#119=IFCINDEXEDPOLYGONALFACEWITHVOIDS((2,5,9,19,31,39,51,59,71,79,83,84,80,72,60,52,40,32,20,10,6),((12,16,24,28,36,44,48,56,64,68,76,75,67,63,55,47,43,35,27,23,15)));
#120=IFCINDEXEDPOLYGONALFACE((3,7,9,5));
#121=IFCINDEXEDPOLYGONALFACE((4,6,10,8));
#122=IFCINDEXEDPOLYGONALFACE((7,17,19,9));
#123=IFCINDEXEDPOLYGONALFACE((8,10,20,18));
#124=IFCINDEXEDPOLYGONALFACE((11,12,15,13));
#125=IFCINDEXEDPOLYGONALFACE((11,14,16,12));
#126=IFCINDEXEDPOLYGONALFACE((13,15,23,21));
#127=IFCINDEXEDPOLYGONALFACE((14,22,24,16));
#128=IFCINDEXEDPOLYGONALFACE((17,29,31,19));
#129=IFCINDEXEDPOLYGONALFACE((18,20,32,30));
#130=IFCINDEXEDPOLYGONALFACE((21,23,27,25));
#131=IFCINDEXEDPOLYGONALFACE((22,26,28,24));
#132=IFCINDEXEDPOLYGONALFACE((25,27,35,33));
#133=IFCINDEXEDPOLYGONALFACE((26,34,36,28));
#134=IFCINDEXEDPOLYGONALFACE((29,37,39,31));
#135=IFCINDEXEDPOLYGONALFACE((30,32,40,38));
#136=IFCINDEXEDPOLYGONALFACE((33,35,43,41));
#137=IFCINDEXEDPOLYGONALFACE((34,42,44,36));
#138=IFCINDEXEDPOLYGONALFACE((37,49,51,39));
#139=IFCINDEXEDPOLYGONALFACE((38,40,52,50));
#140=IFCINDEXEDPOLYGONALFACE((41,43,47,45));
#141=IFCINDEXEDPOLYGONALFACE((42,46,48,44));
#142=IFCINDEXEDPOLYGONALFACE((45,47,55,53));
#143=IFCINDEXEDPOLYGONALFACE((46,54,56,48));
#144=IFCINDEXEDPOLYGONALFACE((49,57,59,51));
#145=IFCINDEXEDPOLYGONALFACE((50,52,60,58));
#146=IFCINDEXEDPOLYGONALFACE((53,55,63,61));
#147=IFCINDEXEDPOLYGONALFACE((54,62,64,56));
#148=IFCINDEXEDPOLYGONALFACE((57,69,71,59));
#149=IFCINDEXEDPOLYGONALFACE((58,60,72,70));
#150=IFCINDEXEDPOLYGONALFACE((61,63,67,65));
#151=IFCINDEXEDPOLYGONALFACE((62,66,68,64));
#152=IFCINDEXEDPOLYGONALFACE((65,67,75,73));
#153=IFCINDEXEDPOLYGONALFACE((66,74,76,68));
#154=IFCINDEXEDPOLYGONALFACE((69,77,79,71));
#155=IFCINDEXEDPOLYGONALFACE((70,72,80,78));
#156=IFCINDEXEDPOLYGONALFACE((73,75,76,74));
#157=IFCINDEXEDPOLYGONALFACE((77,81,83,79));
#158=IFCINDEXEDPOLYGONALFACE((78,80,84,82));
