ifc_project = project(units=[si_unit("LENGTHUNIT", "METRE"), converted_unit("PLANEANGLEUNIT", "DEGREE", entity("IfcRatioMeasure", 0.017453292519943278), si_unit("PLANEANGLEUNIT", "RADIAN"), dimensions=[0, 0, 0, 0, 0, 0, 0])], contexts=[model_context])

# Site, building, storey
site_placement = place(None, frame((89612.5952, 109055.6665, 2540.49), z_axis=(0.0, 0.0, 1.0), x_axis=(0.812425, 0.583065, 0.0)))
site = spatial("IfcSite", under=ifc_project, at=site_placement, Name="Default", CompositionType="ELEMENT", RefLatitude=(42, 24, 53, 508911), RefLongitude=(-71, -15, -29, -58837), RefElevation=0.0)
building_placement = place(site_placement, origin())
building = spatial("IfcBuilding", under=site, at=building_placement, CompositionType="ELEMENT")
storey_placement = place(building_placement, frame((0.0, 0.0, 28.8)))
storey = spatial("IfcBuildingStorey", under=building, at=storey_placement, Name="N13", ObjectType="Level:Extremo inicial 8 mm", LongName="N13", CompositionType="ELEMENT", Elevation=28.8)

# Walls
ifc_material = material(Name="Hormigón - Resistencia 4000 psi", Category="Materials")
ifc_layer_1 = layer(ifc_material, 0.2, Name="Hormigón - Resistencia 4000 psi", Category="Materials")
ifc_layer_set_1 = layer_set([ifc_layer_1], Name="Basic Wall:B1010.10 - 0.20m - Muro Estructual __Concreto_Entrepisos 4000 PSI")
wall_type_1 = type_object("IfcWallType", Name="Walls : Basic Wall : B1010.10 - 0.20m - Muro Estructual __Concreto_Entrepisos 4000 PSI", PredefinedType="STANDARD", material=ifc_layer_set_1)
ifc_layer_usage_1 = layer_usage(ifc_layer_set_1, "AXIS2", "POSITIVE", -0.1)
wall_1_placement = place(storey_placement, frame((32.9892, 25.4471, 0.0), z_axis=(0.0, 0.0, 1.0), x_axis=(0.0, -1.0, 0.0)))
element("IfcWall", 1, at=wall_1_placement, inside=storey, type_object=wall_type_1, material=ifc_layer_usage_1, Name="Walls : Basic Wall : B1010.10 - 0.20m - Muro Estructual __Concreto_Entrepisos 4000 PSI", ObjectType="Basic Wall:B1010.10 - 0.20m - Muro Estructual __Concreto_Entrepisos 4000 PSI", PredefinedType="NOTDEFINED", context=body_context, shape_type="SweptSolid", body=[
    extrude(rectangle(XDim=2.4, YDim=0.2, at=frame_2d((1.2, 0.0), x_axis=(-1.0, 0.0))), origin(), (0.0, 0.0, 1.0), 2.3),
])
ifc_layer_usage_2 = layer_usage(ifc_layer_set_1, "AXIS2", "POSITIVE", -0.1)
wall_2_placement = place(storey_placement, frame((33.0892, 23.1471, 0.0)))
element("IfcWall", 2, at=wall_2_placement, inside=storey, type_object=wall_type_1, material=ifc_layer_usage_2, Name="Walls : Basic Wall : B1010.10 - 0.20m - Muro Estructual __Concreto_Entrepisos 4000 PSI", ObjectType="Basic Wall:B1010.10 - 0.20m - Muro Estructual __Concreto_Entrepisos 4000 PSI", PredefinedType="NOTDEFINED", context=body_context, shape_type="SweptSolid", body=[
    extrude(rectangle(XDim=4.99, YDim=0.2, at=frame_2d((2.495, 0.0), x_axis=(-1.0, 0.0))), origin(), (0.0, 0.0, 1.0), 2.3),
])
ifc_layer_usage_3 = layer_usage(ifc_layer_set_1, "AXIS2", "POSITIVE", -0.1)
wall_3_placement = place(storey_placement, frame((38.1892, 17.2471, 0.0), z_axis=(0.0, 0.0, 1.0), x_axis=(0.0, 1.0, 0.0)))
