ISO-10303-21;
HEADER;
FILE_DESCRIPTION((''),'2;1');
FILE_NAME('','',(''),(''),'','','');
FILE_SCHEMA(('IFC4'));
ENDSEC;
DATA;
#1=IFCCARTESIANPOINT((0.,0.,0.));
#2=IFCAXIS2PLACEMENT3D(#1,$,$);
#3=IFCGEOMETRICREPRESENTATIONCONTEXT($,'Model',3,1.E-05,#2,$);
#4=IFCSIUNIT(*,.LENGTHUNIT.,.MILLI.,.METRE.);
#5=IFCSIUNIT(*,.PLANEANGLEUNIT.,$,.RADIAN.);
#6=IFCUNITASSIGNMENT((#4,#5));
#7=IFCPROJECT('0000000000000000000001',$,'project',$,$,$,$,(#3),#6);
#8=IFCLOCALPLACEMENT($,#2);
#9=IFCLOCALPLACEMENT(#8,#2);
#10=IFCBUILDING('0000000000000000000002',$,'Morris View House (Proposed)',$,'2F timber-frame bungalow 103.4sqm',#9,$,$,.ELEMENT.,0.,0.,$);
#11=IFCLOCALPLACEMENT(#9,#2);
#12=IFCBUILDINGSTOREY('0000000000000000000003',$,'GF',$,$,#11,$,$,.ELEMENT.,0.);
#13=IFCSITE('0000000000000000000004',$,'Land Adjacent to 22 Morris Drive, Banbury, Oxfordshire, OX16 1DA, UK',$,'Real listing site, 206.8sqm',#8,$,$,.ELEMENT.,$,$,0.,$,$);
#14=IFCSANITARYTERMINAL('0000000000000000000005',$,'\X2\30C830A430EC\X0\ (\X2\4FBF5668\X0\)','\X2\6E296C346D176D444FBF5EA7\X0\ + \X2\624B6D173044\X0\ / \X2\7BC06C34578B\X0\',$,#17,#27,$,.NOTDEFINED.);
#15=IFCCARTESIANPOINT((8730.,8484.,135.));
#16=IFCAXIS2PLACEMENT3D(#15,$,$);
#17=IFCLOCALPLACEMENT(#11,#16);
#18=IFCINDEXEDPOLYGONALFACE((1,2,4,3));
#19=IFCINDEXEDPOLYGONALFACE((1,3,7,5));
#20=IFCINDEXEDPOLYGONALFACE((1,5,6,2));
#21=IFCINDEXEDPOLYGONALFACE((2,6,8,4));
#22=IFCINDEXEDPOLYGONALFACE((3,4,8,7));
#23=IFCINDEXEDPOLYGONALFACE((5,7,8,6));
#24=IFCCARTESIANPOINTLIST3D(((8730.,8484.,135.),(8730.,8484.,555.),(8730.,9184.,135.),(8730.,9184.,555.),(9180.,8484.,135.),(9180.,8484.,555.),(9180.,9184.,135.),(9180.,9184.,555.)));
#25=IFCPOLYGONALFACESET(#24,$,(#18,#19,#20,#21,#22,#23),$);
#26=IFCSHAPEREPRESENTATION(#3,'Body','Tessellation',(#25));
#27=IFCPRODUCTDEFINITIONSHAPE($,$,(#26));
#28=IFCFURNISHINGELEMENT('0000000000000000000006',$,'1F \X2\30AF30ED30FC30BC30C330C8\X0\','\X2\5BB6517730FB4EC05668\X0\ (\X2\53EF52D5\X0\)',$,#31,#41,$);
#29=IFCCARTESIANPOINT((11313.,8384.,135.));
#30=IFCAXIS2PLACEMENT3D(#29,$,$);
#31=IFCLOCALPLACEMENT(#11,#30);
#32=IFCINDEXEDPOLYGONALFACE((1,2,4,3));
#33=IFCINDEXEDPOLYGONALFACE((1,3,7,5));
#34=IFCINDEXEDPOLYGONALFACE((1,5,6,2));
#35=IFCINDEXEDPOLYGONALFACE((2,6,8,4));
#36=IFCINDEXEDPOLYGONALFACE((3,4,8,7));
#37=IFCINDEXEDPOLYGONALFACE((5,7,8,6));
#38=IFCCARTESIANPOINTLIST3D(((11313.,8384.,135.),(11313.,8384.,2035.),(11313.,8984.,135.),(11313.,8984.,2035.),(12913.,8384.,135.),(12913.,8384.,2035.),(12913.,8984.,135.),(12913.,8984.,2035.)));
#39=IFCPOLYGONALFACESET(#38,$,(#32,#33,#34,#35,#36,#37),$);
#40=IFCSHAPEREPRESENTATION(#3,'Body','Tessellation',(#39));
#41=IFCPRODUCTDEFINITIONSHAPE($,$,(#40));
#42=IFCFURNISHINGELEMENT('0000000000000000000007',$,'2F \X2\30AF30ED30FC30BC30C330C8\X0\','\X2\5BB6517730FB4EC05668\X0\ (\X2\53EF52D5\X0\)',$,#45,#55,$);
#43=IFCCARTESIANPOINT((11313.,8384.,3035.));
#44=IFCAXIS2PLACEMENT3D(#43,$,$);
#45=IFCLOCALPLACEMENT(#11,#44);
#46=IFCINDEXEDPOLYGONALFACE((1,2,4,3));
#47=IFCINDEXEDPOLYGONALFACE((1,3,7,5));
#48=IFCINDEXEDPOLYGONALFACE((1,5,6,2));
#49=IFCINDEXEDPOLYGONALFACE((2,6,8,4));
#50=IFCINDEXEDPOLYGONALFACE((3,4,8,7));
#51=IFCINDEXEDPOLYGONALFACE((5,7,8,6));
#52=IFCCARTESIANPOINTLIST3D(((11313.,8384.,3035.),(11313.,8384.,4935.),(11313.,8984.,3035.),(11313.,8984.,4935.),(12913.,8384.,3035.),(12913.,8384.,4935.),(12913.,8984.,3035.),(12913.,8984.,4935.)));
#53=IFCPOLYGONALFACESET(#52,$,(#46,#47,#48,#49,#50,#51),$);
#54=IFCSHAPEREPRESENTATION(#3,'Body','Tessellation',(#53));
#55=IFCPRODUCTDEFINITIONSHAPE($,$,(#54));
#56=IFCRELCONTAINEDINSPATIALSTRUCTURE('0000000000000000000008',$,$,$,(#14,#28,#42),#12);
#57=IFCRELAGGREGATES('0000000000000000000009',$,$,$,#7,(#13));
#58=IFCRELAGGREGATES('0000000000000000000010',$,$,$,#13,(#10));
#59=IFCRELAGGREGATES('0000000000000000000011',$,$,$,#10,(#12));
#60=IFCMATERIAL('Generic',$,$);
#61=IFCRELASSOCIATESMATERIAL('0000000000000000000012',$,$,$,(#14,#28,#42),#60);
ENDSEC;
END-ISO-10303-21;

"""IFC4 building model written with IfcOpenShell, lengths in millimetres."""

from ifc_helpers import new_model, si_unit, frame, frame_2d, origin, place, context, project, spatial, rectangle, extrude, material, element, save


model = new_model("IFC4")

# Units and contexts
model_context = context("Model", 3, precision=1e-05, world=origin())
ifc_project = project(units=[si_unit("LENGTHUNIT", "METRE", prefix="MILLI"), si_unit("PLANEANGLEUNIT", "RADIAN")], contexts=[model_context])

# Site, building, storey
site_placement = place(None, origin())
site = spatial("IfcSite", under=ifc_project, at=site_placement, Name="Land Adjacent to 22 Morris Drive, Banbury, Oxfordshire, OX16 1DA, UK", ObjectType="Real listing site, 206.8sqm", CompositionType="ELEMENT", RefElevation=0.0)
building_placement = place(site_placement, origin())
building = spatial("IfcBuilding", under=site, at=building_placement, Name="Morris View House (Proposed)", ObjectType="2F timber-frame bungalow 103.4sqm", CompositionType="ELEMENT", ElevationOfRefHeight=0.0, ElevationOfTerrain=0.0)
storey_placement = place(building_placement, origin())
storey = spatial("IfcBuildingStorey", under=building, at=storey_placement, Name="GF", CompositionType="ELEMENT", Elevation=0.0)

# Shared definitions
ifc_material_1 = material(Name="Generic")

# Sanitary terminal
sanitary_terminal_1_placement = place(storey_placement, frame((8730.0, 8484.0, 135.0)))
element("IfcSanitaryTerminal", 1, at=sanitary_terminal_1_placement, inside=storey, material=ifc_material_1, Name="トイレ (便器)", Description="温水洗浄便座 + 手洗い / 節水型", PredefinedType="NOTDEFINED", context=model_context, shape_type="SweptSolid", body=[
    extrude(rectangle(XDim=450.0, YDim=700.0, at=frame_2d((225.0, 350.0))), frame((8730.0, 8484.0, 135.0)), (0.0, 0.0, 1.0), 420.0),
])

# Furnishing elements
furnishing_1_placement = place(storey_placement, frame((11313.0, 8384.0, 135.0)))
element("IfcFurnishingElement", 2, at=furnishing_1_placement, inside=storey, material=ifc_material_1, Name="1F クローゼット", Description="家具・什器 (可動)", context=model_context, shape_type="SweptSolid", body=[
    extrude(rectangle(XDim=1600.0, YDim=600.0, at=frame_2d((800.0, 300.0))), frame((11313.0, 8384.0, 135.0)), (0.0, 0.0, 1.0), 1900.0),
])
furnishing_2_placement = place(storey_placement, frame((11313.0, 8384.0, 3035.0)))
element("IfcFurnishingElement", 3, at=furnishing_2_placement, inside=storey, material=ifc_material_1, Name="2F クローゼット", Description="家具・什器 (可動)", context=model_context, shape_type="SweptSolid", body=[
    extrude(rectangle(XDim=1600.0, YDim=600.0, at=frame_2d((800.0, 300.0))), frame((11313.0, 8384.0, 3035.0)), (0.0, 0.0, 1.0), 1900.0),
])

save(model, "model.ifc")
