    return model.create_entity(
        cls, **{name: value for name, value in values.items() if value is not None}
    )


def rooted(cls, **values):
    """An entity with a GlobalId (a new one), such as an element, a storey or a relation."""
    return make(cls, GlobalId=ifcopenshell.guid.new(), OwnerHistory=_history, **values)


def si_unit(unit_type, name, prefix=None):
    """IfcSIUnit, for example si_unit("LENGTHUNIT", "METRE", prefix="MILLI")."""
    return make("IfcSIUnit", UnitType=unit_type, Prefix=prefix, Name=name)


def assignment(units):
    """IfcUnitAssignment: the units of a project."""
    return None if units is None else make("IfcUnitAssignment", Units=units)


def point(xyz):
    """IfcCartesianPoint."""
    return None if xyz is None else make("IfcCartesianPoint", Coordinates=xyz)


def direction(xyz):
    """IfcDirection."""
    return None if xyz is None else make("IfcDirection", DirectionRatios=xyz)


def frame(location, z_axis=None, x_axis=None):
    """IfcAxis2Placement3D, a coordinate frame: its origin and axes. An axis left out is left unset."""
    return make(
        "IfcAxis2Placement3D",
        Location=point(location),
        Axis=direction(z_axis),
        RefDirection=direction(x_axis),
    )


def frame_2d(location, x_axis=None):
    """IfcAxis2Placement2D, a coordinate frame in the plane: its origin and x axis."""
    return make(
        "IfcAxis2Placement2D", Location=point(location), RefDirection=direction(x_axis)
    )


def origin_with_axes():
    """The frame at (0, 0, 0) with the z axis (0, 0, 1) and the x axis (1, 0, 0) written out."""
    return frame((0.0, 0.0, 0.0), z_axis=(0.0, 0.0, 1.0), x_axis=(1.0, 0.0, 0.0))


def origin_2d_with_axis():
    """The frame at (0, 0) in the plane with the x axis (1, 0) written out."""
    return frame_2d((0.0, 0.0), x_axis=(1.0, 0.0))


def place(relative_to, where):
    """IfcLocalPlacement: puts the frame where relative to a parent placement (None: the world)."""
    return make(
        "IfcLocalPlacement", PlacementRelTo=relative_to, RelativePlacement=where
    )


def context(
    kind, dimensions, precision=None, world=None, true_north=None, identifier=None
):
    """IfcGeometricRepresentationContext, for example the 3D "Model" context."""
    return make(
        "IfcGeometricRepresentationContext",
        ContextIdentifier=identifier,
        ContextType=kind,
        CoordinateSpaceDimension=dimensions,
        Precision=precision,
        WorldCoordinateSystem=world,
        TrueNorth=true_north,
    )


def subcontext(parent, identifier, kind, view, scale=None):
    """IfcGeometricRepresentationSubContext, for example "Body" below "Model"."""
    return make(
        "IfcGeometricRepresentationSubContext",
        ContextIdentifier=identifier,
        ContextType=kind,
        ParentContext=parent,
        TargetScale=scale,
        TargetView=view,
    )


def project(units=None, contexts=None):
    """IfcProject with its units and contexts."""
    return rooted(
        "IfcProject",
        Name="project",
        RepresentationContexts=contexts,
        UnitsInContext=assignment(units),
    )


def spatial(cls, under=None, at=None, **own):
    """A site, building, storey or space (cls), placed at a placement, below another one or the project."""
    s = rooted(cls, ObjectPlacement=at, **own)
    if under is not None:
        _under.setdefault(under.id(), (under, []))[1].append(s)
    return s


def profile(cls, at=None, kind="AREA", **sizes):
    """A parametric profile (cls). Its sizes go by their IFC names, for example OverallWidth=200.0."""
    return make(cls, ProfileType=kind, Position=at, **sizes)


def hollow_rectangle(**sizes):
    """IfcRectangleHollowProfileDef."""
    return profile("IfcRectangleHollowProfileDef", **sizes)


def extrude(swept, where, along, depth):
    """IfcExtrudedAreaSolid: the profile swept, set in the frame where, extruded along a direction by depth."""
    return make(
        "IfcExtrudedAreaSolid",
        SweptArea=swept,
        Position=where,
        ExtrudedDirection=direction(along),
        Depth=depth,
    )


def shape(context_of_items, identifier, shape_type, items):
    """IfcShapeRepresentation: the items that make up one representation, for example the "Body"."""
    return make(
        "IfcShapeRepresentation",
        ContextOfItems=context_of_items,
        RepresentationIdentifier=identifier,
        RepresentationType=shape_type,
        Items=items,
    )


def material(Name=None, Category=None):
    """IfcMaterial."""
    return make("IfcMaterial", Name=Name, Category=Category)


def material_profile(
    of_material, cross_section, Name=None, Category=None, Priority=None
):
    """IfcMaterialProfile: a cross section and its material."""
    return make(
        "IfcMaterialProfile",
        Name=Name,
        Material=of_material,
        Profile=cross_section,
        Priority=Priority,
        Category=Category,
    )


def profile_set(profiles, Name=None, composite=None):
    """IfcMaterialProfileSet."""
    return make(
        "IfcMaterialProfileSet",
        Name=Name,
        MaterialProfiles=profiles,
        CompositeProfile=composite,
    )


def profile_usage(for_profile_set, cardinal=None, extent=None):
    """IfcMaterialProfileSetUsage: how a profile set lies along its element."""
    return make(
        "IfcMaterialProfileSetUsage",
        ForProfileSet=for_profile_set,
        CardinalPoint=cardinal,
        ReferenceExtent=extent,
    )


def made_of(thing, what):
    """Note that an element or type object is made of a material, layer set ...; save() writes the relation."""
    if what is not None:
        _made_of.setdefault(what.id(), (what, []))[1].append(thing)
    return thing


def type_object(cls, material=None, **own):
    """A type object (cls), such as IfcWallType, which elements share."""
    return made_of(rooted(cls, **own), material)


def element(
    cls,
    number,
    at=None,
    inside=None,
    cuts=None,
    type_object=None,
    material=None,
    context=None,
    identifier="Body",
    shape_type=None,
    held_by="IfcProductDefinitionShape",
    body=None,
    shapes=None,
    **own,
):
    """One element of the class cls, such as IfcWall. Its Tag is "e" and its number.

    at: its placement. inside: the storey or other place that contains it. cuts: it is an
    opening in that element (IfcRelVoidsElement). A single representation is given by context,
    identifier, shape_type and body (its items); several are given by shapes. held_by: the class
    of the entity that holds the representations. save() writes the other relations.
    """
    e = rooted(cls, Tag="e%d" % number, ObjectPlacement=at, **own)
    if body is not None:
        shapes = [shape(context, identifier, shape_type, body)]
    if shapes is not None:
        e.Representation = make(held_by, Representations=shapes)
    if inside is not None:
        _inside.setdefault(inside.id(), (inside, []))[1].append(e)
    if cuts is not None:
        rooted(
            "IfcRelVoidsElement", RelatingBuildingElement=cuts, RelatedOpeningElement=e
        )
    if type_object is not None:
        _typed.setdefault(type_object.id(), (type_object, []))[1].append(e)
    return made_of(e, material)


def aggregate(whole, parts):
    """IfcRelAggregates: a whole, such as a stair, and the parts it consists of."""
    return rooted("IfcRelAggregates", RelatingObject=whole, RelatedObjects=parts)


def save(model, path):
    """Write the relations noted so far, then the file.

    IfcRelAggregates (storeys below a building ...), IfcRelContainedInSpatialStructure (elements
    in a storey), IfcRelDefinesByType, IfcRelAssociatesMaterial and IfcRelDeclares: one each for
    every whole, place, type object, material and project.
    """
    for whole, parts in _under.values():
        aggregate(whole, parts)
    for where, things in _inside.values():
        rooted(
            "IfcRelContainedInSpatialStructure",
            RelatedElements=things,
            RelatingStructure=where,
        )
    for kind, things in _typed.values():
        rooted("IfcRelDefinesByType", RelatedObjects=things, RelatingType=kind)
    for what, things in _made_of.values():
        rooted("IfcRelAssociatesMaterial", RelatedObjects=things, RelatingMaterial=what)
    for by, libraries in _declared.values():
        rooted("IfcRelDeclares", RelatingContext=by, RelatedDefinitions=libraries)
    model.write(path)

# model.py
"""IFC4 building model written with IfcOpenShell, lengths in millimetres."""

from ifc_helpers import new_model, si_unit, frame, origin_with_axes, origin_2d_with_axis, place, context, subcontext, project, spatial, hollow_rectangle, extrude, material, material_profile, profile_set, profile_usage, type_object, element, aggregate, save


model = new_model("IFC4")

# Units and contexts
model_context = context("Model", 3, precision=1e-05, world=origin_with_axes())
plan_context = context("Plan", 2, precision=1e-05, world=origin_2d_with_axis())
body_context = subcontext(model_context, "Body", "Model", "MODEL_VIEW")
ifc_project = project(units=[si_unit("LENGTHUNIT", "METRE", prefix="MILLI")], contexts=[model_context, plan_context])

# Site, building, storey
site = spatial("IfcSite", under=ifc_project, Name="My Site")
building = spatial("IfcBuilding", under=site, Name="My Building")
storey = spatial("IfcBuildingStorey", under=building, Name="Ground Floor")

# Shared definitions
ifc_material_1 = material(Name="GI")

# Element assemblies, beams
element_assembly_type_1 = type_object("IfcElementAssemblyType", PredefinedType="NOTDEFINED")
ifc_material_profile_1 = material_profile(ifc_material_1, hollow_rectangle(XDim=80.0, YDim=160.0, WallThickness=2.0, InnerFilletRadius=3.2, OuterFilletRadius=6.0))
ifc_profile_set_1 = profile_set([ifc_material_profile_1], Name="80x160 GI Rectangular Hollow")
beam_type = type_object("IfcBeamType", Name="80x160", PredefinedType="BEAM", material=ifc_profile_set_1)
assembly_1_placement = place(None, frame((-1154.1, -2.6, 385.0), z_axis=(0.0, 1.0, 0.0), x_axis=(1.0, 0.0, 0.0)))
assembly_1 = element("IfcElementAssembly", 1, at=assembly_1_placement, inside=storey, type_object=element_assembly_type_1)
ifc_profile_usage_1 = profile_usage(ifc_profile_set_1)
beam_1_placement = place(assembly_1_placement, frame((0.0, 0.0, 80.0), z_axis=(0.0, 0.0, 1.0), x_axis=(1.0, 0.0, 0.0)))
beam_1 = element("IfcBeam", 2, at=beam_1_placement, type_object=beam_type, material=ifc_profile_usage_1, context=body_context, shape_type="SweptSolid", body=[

_ _ _ _

**EXERCISE PROMPT:** Write out each line above containing "location".

**TASK RESULT:**
def frame(location, z_axis=None, x_axis=None):
        Location=point(location),
def frame_2d(location, x_axis=None):
        "IfcAxis2Placement2D", Location=point(location), RefDirection=direction(x_axis)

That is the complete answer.